Between the Netflix shows "13 Ways to Die" and "To the Bone," I say enough is enough. I try to keep my opinions to myself in a public forum because we all have different viewpoints but I feel so strongly about the media's utter disregard for human emotions that I feel an overwhelming need to express my feelings about this.
As a writer, my characters are flawed, like every human being they are imperfect with real emotions, fears, and self-doubt. With that being said, I feel morally obligated when putting pen to paper to have my characters go through the trials and tribulations of life without giving up and with finding happy and healthy resolutions to their internal conflicts.
Shouldn't the media do the same thing, especially when targeting a young and impressionable audience? I didn't allow my teenage daughter to watch either of those two shows because I see no point in her viewing them. Why, so they can create negative food for thought?
I chose to watch "To the Bone," since one of my heroines does in fact suffer from an eating disorder. I took special care to portray her in a positive light, someone others who might be struggling could look up to, one who is making every effort to make healthy decisions and move forward but not without facing challenges, because that wouldn't be realistic. I also made sure to provide information at the end of the book on how those suffering, like my heroine did, could get help if they need it. Eating disorders are not a joke. They have the highest mortality rates of all mental disorders. I do my research. Does Hollywood?
The fact Hollywood hired an actress who herself is in recovery and allowed her to drop down to an unhealthy weight is devastating to me. It would be the same thing as an alcoholic who has been sober portraying an alcoholic in a film but instead of drinking colored water, the director gives the person real alcohol to consume during filming, then when finished says, "Cut," and off goes the actor. Good luck to that actor and past sobriety. Anyone who suffers from addiction knows abstinence is key.
So then why is it different in the case of "To the Bone?" And if the show's intent was to create awareness, why didn't the producers include information to help those in need? Sure, they put a warning at the beginning of the movie, stating that behaviors depicted in the film may be triggering to some viewers but what about a resource for those in need?
I sigh heavily as I write this. In awe.
I'd say both "13 Ways to Die" and "To The Bone" only provide viewers with ideas on how to engage in self-destructive behaviors. The only benefit to "To The Bone" that I see is that is can possibly create a conversation for those willing to admit or discuss they might have a problem with an eating disorder and possible awareness in the community as to the severity of the disorder - even though the film didn't discuss it in great detail.

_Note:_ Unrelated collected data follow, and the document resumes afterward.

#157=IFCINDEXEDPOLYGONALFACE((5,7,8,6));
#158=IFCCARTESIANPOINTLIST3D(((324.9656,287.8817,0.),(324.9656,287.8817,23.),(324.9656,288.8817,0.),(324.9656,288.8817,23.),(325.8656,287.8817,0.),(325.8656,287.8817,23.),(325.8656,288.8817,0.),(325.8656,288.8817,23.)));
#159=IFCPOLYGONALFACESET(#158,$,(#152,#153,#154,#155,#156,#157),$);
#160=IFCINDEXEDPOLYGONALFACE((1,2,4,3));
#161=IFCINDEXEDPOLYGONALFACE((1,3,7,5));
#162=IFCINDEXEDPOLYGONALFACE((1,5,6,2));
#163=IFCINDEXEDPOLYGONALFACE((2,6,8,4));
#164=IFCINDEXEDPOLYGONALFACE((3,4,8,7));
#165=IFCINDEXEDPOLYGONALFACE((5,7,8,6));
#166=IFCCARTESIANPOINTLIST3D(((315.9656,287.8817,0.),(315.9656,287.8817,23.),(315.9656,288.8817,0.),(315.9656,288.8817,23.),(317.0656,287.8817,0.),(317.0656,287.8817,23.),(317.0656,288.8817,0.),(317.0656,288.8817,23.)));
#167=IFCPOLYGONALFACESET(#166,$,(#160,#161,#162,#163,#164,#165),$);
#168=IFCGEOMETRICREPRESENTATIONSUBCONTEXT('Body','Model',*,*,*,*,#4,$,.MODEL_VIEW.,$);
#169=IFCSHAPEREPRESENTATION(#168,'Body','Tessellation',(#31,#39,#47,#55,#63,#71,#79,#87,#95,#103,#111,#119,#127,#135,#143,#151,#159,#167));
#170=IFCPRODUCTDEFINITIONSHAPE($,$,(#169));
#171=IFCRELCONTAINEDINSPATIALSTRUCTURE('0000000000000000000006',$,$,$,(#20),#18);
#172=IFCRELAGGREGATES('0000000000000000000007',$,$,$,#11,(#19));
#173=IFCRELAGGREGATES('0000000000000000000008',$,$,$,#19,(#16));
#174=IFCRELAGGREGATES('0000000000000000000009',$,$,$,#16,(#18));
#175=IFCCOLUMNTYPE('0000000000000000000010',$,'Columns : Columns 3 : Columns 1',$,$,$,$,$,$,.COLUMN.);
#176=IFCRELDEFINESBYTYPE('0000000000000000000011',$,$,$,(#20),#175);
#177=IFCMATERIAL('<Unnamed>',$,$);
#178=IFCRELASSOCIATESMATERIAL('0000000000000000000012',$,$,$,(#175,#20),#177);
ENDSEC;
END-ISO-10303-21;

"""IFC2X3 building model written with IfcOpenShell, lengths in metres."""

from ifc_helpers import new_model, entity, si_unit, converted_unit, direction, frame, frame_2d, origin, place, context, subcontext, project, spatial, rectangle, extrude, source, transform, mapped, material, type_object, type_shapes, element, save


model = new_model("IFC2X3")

I say, sure, let's create awareness about topics that are important but can we do so in a less damaging way, especially to teens who are learning about and questioning themselves and their self-worth to begin with.
Let's put out the message that we are enough, all of us, young and old, big and small, tall and short, and that everyone is flawed, and that it's perfectly okay to need and ask for help. There's no shame in being imperfect. We all are.